* [PROBLEM DETAILS]:
Beginning with the opening line, set down each line of the material below exactly, stopping once the line with "#27=IFCINDEXEDPOLYGONALFACE((5,7,8,6));" is done.

* [THE DATA]:
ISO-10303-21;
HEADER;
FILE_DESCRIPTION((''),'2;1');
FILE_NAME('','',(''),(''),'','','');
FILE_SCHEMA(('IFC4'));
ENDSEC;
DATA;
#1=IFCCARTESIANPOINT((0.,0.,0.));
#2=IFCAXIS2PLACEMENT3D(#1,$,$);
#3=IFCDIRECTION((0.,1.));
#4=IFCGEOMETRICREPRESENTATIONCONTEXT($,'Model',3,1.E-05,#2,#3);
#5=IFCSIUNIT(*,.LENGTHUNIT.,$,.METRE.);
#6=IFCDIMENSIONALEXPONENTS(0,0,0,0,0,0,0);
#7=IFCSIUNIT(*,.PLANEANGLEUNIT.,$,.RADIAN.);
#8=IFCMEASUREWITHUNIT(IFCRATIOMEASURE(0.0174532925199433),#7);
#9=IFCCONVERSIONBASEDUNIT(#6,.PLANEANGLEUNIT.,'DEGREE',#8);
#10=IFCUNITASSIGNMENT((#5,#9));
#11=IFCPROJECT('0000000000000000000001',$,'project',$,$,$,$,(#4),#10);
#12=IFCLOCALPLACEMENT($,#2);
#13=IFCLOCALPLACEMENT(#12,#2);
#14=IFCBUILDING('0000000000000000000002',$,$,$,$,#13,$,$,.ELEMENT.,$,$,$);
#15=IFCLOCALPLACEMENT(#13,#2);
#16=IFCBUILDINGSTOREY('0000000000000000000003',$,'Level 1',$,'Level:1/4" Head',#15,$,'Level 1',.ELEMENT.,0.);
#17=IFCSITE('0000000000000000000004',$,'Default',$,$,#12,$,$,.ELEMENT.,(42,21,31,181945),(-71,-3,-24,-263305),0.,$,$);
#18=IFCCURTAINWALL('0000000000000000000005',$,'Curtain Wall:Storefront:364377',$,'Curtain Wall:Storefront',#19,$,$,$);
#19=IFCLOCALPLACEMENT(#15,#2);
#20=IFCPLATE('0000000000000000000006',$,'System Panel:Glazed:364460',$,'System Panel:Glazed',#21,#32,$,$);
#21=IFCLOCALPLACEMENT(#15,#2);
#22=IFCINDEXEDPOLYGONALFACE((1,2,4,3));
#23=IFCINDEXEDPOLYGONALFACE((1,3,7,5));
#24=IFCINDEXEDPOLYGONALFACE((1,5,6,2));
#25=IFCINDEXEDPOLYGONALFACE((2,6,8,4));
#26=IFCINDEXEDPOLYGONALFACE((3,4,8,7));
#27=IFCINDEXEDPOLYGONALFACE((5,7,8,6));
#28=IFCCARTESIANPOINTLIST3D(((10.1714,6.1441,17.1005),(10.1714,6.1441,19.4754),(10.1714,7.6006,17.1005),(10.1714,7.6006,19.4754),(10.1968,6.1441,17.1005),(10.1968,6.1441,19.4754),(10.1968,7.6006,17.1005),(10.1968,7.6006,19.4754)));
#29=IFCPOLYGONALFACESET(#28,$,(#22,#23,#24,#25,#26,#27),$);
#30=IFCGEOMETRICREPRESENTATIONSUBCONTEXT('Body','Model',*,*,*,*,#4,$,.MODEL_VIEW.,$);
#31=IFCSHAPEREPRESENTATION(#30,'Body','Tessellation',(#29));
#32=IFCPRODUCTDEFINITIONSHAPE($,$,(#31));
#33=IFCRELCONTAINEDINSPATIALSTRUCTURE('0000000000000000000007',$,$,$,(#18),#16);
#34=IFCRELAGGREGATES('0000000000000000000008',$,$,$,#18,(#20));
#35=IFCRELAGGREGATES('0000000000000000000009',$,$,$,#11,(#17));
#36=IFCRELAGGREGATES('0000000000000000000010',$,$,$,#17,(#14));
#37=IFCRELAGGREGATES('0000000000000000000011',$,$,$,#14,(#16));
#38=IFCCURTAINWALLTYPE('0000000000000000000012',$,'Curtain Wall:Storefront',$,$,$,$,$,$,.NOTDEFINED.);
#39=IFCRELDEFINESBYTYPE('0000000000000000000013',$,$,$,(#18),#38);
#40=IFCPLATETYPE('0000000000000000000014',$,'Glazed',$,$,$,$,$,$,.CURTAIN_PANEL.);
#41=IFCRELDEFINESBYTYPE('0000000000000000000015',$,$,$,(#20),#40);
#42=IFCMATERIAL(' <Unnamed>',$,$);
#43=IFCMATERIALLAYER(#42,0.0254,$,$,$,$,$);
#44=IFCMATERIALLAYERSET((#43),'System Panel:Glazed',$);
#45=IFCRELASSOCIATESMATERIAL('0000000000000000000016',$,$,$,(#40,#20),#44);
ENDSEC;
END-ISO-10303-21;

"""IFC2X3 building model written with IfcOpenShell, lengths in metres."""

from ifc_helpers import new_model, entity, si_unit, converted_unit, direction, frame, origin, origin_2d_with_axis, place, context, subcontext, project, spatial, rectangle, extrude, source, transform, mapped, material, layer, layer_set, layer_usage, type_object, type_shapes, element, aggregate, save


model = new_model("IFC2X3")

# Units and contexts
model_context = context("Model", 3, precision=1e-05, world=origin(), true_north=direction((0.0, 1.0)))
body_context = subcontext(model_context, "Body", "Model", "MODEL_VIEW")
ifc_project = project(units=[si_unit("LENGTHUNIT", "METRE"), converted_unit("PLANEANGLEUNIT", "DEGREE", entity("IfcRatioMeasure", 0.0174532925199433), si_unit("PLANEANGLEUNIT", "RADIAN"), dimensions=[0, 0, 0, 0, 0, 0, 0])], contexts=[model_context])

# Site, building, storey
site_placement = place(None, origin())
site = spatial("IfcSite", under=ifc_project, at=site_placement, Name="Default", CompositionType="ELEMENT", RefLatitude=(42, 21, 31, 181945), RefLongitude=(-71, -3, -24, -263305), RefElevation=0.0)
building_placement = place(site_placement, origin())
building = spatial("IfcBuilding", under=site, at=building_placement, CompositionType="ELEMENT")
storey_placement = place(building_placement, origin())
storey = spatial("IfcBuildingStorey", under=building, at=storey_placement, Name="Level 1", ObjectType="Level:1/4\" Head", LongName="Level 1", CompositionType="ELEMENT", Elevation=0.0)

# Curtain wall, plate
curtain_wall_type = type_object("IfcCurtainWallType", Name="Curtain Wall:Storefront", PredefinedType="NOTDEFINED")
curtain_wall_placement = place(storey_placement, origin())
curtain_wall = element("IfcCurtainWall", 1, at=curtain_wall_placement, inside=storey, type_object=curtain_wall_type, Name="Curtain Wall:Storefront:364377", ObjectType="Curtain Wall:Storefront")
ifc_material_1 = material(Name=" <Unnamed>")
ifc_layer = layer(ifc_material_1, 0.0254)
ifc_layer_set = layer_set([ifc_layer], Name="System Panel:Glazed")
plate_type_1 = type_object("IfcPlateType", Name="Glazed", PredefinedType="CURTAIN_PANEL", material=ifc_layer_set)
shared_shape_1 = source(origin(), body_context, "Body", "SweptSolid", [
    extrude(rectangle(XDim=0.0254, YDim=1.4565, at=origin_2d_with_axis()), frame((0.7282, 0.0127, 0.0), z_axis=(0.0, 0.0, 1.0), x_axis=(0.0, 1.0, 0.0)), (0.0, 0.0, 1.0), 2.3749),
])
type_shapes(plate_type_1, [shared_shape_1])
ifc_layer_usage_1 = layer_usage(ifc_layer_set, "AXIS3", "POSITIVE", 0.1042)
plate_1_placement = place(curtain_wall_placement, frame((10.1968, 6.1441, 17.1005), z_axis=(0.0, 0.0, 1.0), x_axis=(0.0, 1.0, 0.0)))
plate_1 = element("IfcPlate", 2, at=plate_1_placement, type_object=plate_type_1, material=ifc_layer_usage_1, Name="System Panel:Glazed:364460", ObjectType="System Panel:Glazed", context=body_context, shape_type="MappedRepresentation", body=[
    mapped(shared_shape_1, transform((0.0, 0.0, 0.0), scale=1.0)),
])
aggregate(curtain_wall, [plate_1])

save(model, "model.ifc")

* [ANSWER TO THIS EXERCISE]:
ISO-10303-21;
HEADER;
FILE_DESCRIPTION((''),'2;1');
FILE_NAME('','',(''),(''),'','','');
FILE_SCHEMA(('IFC4'));
ENDSEC;
DATA;
#1=IFCCARTESIANPOINT((0.,0.,0.));
#2=IFCAXIS2PLACEMENT3D(#1,$,$);
#3=IFCDIRECTION((0.,1.));
#4=IFCGEOMETRICREPRESENTATIONCONTEXT($,'Model',3,1.E-05,#2,#3);
#5=IFCSIUNIT(*,.LENGTHUNIT.,$,.METRE.);
#6=IFCDIMENSIONALEXPONENTS(0,0,0,0,0,0,0);
#7=IFCSIUNIT(*,.PLANEANGLEUNIT.,$,.RADIAN.);
#8=IFCMEASUREWITHUNIT(IFCRATIOMEASURE(0.0174532925199433),#7);
#9=IFCCONVERSIONBASEDUNIT(#6,.PLANEANGLEUNIT.,'DEGREE',#8);
#10=IFCUNITASSIGNMENT((#5,#9));
#11=IFCPROJECT('0000000000000000000001',$,'project',$,$,$,$,(#4),#10);
#12=IFCLOCALPLACEMENT($,#2);
#13=IFCLOCALPLACEMENT(#12,#2);
#14=IFCBUILDING('0000000000000000000002',$,$,$,$,#13,$,$,.ELEMENT.,$,$,$);
#15=IFCLOCALPLACEMENT(#13,#2);
#16=IFCBUILDINGSTOREY('0000000000000000000003',$,'Level 1',$,'Level:1/4" Head',#15,$,'Level 1',.ELEMENT.,0.);
#17=IFCSITE('0000000000000000000004',$,'Default',$,$,#12,$,$,.ELEMENT.,(42,21,31,181945),(-71,-3,-24,-263305),0.,$,$);
#18=IFCCURTAINWALL('0000000000000000000005',$,'Curtain Wall:Storefront:364377',$,'Curtain Wall:Storefront',#19,$,$,$);
#19=IFCLOCALPLACEMENT(#15,#2);
#20=IFCPLATE('0000000000000000000006',$,'System Panel:Glazed:364460',$,'System Panel:Glazed',#21,#32,$,$);
#21=IFCLOCALPLACEMENT(#15,#2);
#22=IFCINDEXEDPOLYGONALFACE((1,2,4,3));
#23=IFCINDEXEDPOLYGONALFACE((1,3,7,5));
#24=IFCINDEXEDPOLYGONALFACE((1,5,6,2));
#25=IFCINDEXEDPOLYGONALFACE((2,6,8,4));
#26=IFCINDEXEDPOLYGONALFACE((3,4,8,7));
#27=IFCINDEXEDPOLYGONALFACE((5,7,8,6));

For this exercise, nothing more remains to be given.